When you have a requirement to run your product on multiple operating systems (i.e., Windows, RedHat Linux, Mac, Solaris, HPUX, etc.), the only difference is how your object is getting created on different platforms. The business logic and look and feel of the product has to remain the same on all OS.

You are creating the same set of objects but for different–different OS families. Here you have to handle the creation part as per OS, yes we are talking about a class whose core behavior is to create objects.

Whenever you get such kind of situations where the same set of objects are getting created differently depending upon the family, they belong to. You shall start thinking about abstract factory design pattern.


Abstract factory design pattern –

It is A class-based design pattern (not object-based). Very important for any product where the designer is looking at portability as one of the crucial aspects. It also maintains consistency among different platform targeted projects.

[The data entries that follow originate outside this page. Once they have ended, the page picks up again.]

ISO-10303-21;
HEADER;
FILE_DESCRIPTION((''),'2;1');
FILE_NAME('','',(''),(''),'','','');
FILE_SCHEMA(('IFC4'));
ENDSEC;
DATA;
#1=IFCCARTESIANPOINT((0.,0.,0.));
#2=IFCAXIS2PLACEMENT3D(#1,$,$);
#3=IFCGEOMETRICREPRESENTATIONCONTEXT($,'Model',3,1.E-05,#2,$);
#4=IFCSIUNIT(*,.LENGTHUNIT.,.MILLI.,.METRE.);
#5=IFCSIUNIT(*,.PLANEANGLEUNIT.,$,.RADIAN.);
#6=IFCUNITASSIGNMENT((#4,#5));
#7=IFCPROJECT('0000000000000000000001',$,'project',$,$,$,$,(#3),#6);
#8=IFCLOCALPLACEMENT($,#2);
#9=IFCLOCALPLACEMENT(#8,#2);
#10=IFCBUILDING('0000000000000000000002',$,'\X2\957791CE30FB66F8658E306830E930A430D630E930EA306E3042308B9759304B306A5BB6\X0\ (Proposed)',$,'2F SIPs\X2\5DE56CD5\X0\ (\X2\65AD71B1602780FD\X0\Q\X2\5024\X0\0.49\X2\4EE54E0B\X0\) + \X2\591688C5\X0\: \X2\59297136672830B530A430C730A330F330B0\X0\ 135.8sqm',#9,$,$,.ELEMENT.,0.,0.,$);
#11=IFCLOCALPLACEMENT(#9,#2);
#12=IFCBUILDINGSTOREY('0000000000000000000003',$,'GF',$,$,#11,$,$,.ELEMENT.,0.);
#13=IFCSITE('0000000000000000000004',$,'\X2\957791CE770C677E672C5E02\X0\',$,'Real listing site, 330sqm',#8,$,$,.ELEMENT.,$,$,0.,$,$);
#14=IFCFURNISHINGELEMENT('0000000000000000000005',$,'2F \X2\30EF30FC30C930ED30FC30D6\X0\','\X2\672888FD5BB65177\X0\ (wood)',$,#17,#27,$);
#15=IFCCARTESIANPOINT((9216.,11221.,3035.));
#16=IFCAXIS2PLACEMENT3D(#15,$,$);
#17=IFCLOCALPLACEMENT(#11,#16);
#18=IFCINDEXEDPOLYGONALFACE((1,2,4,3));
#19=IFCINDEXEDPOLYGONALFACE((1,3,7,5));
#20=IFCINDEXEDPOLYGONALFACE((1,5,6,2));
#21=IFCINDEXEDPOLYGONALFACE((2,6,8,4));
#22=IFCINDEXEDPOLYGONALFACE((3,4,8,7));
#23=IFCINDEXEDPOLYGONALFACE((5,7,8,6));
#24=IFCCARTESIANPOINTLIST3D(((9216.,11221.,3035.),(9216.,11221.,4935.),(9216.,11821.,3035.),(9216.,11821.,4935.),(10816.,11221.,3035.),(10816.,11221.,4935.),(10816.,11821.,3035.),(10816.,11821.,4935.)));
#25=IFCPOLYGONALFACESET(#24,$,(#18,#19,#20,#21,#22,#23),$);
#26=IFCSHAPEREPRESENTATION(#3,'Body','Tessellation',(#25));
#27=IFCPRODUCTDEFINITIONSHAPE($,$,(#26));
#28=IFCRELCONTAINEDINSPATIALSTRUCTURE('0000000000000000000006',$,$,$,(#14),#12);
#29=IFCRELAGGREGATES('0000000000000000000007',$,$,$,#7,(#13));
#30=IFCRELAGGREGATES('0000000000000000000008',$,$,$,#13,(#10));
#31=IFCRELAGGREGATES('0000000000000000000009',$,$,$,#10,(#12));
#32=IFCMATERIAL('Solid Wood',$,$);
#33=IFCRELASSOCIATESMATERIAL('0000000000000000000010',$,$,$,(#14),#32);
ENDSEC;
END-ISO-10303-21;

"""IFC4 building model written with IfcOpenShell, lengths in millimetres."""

from ifc_helpers import new_model, si_unit, frame, frame_2d, origin, place, context, project, spatial, rectangle, extrude, material, element, save


model = new_model("IFC4")

# Units and contexts
model_context = context("Model", 3, precision=1e-05, world=origin())
ifc_project = project(units=[si_unit("LENGTHUNIT", "METRE", prefix="MILLI"), si_unit("PLANEANGLEUNIT", "RADIAN")], contexts=[model_context])

# Site, building, storey
site_placement = place(None, origin())
site = spatial("IfcSite", under=ifc_project, at=site_placement, Name="長野県松本市", ObjectType="Real listing site, 330sqm", CompositionType="ELEMENT", RefElevation=0.0)
building_placement = place(site_placement, origin())
building = spatial("IfcBuilding", under=site, at=building_placement, Name="長野・書斎とライブラリのある静かな家 (Proposed)", ObjectType="2F SIPs工法 (断熱性能Q値0.49以下) + 外装: 天然木サイディング 135.8sqm", CompositionType="ELEMENT", ElevationOfRefHeight=0.0, ElevationOfTerrain=0.0)
storey_placement = place(building_placement, origin())
storey = spatial("IfcBuildingStorey", under=building, at=storey_placement, Name="GF", CompositionType="ELEMENT", Elevation=0.0)

# Shared definitions
ifc_material_1 = material(Name="Solid Wood")

# Furnishing element
furnishing_placement = place(storey_placement, frame((9216.0, 11221.0, 3035.0)))
element("IfcFurnishingElement", 1, at=furnishing_placement, inside=storey, material=ifc_material_1, Name="2F ワードローブ", Description="木製家具 (wood)", context=model_context, shape_type="SweptSolid", body=[
    extrude(rectangle(XDim=1600.0, YDim=600.0, at=frame_2d((800.0, 300.0))), frame((9216.0, 11221.0, 3035.0)), (0.0, 0.0, 1.0), 1900.0),
])

save(model, "model.ifc")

UML diagram representation –

abstract factory DP
UML structure of abstract factory design pattern (Click on picture to see zoom view).

Example -
abstract factory dp Ex
Example of abstract factory design pattern (Click on picture to see zoom view).

Different components - 
  • Abstract factory - We declare pure virtual functions. Remember one thing, the same set of objects gets created for different families. So the interface which you expose to the outer world should be able to create a full collection of objects. For example, we have a requirement to create 3 objects {obj1, obj2, and onj3} for two independent platforms. Abstract factory should expose an interface to create all three object for all families.
  • Concrete factory
  • Abstract product
  • Concrete product
  • Client
C++ code -



 #include<iostream>
 using namespace std;

 class Car
 {
  public:
  virtual void build() = 0;
 };

 //*********************************************************************************
 class EcosportForIndia : public Car
 {
  void build()
  {
  cout<<"Bulding ecosport for India"<<endl;
  }
 }; 

 //*********************************************************************************
 class EcosportForUSA : public Car
 {
  void build()
  {
  cout<<"Bulding ecosport for USA"<<endl; 
  }
 };

//*********************************************************************************
class AccordForIndia : public Car
 {
  void build()
  {
   cout<<"Bulding accord for India"<<endl;
  }
 };

//*********************************************************************************
class AccordForUSA : public Car
 {
  void build()
  {
   cout<<"Bulding accord for USA"<<endl;
  }
 };

 //*********************************************************************************

 class AbstractFactory
 {
  public:
  virtual Car* BuildEcosport() = 0;
  virtual Car* BuildAccord() = 0;
 };

 //*********************************************************************************
 class IndianFactory : public AbstractFactory
 {
  public:
  
  Car* BuildEcosport()
  {
   return new EcosportForIndia;
  }
  Car* BuildAccord()
  {
   return new AccordForIndia;
  }
 };
  
 //*********************************************************************************
 class USAFactory : public AbstractFactory
 {
  public:
  
  Car* BuildEcosport()
  {
   return new EcosportForUSA;
  }
  Car* BuildAccord()
  {
   return new AccordForUSA;
  }
 };

  AbstractFactory *factory;
 //*********************************************************************************
 int main(int argc, char** argv)
 {
 //#define IND -- We can comment or uncommant this line of code according to our req.
 #ifdef IND
    factory = new IndianFactory;
 #else // WINDOWS
    factory = new USAFactory;
 #endif
 
 Car *newCar1 = factory->BuildEcosport();
 newCar1->build();

 Car *newCar2 = factory->BuildAccord();
 newCar2->build();
 }
 }

Thanks for reading it. To learn more about design patterns and basic design principles, please see my web page.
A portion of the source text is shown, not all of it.